Table2Analysis: Modeling and Recommendation of Common Analysis Patterns for Multi-Dimensional Data

Authors

  • Mengyu Zhou Microsoft Research
  • Wang Tao Beijing University of Posts and Telecommunications
  • Ji Pengxin Beijing University of Posts and Telecommunications
  • Han Shi Microsoft Research
  • Zhang Dongmei Microsoft Research

DOI:

https://doi.org/10.1609/aaai.v34i01.5366

Abstract

Given a table of multi-dimensional data, what analyses would human create to extract information from it? From scientific exploration to business intelligence (BI), this is a key problem to solve towards automation of knowledge discovery and decision making. In this paper, we propose Table2Analysis to learn commonly conducted analysis patterns from large amount of (table, analysis) pairs, and recommend analyses for any given table even not seen before.
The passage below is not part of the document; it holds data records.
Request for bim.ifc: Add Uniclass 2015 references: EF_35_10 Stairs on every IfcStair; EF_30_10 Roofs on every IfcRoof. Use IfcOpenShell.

First a look at what the model holds.

```python
import ifcopenshell

model = ifcopenshell.open("bim.ifc")
print(model.schema)
print("classifications:", [c.Name for c in model.by_type("IfcClassification")])
for ifc_class in ("IfcDoor", "IfcRoof", "IfcStair", "IfcWall", "IfcWindow"):
    print(ifc_class, len(model.by_type(ifc_class)))
```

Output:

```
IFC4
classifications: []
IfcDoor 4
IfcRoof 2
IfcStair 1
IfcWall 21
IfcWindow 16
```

```python
import ifcopenshell
import ifcopenshell.api.classification

model = ifcopenshell.open("bim.ifc")

system = ifcopenshell.api.classification.add_classification(model, classification="Uniclass 2015")

codes = {
    "IfcStair": ("EF_35_10", "Stairs"),
    "IfcRoof": ("EF_30_10", "Roofs"),
}
for ifc_class, (code, name) in codes.items():
    products = model.by_type(ifc_class)
    ifcopenshell.api.classification.add_reference(
        model, products=products, classification=system, identification=code, name=name
    )
    print(code, len(products))

model.write("bim_updated.ifc")
```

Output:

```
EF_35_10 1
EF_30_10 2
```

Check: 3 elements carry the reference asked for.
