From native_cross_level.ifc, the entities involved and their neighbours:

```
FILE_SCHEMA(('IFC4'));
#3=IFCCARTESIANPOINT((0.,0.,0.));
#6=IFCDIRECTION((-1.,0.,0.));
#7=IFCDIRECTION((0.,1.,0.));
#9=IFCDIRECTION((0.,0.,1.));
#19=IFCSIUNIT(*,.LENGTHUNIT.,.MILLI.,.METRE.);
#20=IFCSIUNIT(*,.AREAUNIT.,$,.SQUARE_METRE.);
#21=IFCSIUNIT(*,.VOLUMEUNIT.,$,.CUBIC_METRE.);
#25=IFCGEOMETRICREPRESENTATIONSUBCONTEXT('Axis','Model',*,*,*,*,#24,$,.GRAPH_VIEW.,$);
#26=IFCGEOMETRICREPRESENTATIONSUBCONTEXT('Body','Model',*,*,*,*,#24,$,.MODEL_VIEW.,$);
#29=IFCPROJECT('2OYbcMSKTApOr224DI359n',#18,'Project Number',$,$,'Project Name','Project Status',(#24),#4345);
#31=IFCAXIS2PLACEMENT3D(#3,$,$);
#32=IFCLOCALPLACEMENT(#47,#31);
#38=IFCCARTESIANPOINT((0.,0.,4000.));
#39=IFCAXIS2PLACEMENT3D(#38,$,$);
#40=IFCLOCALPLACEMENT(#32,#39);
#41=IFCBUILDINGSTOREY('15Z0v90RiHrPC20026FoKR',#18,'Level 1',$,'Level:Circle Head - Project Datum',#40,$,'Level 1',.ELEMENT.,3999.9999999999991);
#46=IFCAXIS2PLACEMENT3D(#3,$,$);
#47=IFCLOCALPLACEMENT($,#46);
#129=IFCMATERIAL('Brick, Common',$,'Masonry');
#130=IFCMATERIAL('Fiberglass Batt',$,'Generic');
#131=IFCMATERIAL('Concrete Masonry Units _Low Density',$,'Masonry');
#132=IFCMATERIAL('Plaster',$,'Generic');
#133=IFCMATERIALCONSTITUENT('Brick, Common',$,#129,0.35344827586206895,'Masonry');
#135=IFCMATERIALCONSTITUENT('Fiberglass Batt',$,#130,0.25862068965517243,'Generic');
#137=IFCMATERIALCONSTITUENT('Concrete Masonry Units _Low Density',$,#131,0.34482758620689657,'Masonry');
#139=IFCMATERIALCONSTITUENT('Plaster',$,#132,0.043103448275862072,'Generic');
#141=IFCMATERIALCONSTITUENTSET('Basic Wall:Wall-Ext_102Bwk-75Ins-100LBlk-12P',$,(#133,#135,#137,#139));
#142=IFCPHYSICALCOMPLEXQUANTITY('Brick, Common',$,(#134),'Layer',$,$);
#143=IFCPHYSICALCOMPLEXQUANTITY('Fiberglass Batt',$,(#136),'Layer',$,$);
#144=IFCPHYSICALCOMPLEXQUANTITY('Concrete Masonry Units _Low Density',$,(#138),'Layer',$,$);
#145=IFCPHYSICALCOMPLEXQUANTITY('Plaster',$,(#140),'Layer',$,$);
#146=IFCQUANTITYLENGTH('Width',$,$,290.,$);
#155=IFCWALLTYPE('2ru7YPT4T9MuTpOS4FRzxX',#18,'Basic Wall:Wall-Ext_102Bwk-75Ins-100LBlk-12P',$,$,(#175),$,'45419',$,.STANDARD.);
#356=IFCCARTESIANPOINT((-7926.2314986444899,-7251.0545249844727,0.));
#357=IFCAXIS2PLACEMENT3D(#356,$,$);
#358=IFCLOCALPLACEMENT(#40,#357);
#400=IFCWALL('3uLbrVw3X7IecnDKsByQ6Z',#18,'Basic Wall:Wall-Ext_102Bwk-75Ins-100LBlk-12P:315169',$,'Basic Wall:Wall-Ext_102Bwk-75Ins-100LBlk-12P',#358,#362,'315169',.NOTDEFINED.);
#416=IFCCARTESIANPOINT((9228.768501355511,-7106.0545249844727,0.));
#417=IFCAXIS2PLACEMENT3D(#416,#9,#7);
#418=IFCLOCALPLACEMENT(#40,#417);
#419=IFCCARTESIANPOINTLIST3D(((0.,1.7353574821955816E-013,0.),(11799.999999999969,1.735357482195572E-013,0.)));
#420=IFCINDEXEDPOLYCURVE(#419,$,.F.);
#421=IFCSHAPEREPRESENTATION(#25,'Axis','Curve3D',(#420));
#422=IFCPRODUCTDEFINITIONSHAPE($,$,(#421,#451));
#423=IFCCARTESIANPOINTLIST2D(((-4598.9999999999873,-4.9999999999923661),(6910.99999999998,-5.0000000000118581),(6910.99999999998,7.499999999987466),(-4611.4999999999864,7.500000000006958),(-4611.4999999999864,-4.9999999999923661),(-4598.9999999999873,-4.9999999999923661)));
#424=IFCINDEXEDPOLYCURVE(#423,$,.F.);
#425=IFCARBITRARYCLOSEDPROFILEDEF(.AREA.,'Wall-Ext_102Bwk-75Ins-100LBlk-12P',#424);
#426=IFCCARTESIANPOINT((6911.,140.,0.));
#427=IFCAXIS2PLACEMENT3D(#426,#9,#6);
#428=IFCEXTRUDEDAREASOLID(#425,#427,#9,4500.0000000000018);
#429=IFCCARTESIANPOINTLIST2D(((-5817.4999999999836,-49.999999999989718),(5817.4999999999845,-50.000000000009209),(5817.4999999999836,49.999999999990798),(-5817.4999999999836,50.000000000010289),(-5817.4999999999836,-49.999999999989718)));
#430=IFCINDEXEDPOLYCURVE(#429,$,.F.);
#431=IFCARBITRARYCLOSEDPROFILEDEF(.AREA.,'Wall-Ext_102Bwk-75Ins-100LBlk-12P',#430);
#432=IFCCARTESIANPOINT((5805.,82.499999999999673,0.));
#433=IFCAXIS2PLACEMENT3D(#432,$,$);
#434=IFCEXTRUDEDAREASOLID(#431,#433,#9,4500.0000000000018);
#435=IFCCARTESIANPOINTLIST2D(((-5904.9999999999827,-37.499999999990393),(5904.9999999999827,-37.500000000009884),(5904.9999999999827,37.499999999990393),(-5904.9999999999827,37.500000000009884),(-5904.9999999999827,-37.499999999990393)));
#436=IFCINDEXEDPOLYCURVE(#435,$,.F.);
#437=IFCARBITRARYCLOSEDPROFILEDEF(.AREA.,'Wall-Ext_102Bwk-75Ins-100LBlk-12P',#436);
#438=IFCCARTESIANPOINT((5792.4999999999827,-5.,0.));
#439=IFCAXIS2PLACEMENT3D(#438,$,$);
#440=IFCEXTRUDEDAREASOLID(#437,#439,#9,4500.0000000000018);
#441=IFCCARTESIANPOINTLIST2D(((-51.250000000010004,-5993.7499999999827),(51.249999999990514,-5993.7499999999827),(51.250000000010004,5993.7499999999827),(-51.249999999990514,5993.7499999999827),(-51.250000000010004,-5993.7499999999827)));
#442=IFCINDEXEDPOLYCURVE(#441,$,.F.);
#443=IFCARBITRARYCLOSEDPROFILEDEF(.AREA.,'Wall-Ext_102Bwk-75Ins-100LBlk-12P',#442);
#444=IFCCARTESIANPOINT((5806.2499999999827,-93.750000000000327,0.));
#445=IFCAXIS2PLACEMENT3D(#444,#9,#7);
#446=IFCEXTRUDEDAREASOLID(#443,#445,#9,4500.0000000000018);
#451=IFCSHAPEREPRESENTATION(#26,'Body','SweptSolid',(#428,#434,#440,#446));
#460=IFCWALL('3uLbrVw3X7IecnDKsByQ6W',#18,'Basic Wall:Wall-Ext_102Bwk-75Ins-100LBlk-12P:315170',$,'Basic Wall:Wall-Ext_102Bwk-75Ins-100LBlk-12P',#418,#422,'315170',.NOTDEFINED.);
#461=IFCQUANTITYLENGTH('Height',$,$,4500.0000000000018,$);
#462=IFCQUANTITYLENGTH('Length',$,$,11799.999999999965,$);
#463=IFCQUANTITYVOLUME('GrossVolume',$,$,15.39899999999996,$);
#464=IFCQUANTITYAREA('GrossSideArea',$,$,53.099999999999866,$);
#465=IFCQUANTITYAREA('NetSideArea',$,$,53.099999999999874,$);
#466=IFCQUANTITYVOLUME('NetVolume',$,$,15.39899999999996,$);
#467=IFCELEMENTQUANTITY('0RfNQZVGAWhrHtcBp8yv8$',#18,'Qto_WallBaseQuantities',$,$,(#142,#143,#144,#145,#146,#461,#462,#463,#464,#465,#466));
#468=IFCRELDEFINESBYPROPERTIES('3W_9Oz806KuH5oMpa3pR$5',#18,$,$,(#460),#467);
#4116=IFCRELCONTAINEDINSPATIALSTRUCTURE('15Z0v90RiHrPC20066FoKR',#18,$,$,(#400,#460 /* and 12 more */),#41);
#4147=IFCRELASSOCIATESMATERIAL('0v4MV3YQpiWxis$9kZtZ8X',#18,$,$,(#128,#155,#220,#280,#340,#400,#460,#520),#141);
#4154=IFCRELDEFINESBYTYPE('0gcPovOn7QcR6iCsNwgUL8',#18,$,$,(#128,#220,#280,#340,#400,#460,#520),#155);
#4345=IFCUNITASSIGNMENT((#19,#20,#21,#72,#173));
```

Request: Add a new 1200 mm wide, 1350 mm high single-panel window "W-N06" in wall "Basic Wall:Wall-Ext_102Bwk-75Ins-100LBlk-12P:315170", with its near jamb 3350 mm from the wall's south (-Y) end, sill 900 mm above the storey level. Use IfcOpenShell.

```python
import numpy as np
import ifcopenshell
import ifcopenshell.api.feature
import ifcopenshell.api.geometry
import ifcopenshell.api.pset
import ifcopenshell.api.root
import ifcopenshell.api.spatial
import ifcopenshell.geom
import ifcopenshell.util.element
import ifcopenshell.util.placement
import ifcopenshell.util.representation
import ifcopenshell.util.shape
import ifcopenshell.util.unit

model = ifcopenshell.open("native_cross_level.ifc")
unit_scale = ifcopenshell.util.unit.calculate_unit_scale(model)
area_scale = ifcopenshell.util.unit.calculate_unit_scale(model, "AREAUNIT")
volume_scale = ifcopenshell.util.unit.calculate_unit_scale(model, "VOLUMEUNIT")
settings = ifcopenshell.geom.settings()


def volume(element):
    """Net volume in cubic metres, openings subtracted."""
    shape = ifcopenshell.geom.create_shape(settings, element)
    return ifcopenshell.util.shape.get_volume(shape.geometry)


wall = model.by_guid("3uLbrVw3X7IecnDKsByQ6W")
storey = ifcopenshell.util.element.get_container(wall, ifc_class="IfcBuildingStorey")
context = ifcopenshell.util.representation.get_context(model, "Model", "Body", "MODEL_VIEW")
before = volume(wall)

width, height, from_end, sill = 1.2, 1.35, 3.35, 0.9  # metres

# The wall runs along its own X axis, and the end named is its -X end.
wall_shape = ifcopenshell.geom.create_shape(settings, wall)
x, y, z = ifcopenshell.util.shape.get_vertices(wall_shape.geometry).T
start = x.min() + from_end
face, thickness = float(y.min()), float(y.max() - y.min())
wall_matrix = ifcopenshell.util.placement.get_local_placement(wall.ObjectPlacement)
level = ifcopenshell.util.placement.get_local_placement(storey.ObjectPlacement)[2, 3]


def in_wall(x, y):
    """Placement at x, y metres in the wall's axes, at sill height."""
    matrix = wall_matrix.copy()
    matrix[:, 3] = wall_matrix @ np.array([x / unit_scale, y / unit_scale, 0.0, 1.0])
    matrix[2, 3] = level + sill / unit_scale
    return matrix


# Opening: a box that overshoots both wall faces by 50 mm.
opening = ifcopenshell.api.root.create_entity(model, ifc_class="IfcOpeningElement", predefined_type="OPENING")
box = ifcopenshell.api.geometry.add_wall_representation(
    model, context=context, length=width, height=height, thickness=thickness + 0.1
)
ifcopenshell.api.geometry.assign_representation(model, product=opening, representation=box)
ifcopenshell.api.geometry.edit_object_placement(model, product=opening, matrix=in_wall(start, face - 0.05), is_si=False)
ifcopenshell.api.feature.add_feature(model, feature=opening, element=wall)

window = ifcopenshell.api.root.create_entity(model, ifc_class="IfcWindow", name="W-N06", predefined_type="WINDOW")
window.OverallWidth, window.OverallHeight = width / unit_scale, height / unit_scale
window.PartitioningType = "SINGLE_PANEL"
body = ifcopenshell.api.geometry.add_window_representation(
    model,
    context=context,
    overall_width=window.OverallWidth,
    overall_height=window.OverallHeight,
    partition_type="SINGLE_PANEL",
)
ifcopenshell.api.geometry.assign_representation(model, product=window, representation=body)
ifcopenshell.api.spatial.assign_container(model, products=[window], relating_structure=storey)
ifcopenshell.api.feature.add_filling(model, opening=opening, element=window)

# Centre the window in the wall's thickness.
ifcopenshell.api.geometry.edit_object_placement(model, product=window, matrix=in_wall(start, face), is_si=False)
window_shape = ifcopenshell.geom.create_shape(settings, window)
depth = ifcopenshell.util.shape.get_vertices(window_shape.geometry)[:, 1]
offset = face + thickness / 2 - (depth.min() + depth.max()) / 2
ifcopenshell.api.geometry.edit_object_placement(model, product=window, matrix=in_wall(start, offset), is_si=False)

after = volume(wall)

# Update the wall's stored quantities.
qto = model.by_id(ifcopenshell.util.element.get_pset(wall, "Qto_WallBaseQuantities", should_inherit=False)["id"])
ifcopenshell.api.pset.edit_qto(model, qto=qto, properties={
    "NetSideArea": after / thickness / area_scale,
    "NetVolume": after / volume_scale,
})

print(f"wall volume {before:.3f} -> {after:.3f} m3")

model.write("native_cross_level_updated.ifc")
```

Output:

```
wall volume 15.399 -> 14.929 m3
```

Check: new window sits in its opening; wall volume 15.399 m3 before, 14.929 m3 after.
Multi-dimensional data as input challenges existing model architectures and training techniques to fulfill the task. Based on deep Q-learning with heuristic search, Table2Analysis does table to sequence generation, with each sequence encoding an analysis. Table2Analysis has 0.78 recall at top-5 and 0.65 recall at top-1 in our evaluation against a large scale spreadsheet corpus on the PivotTable recommendation task.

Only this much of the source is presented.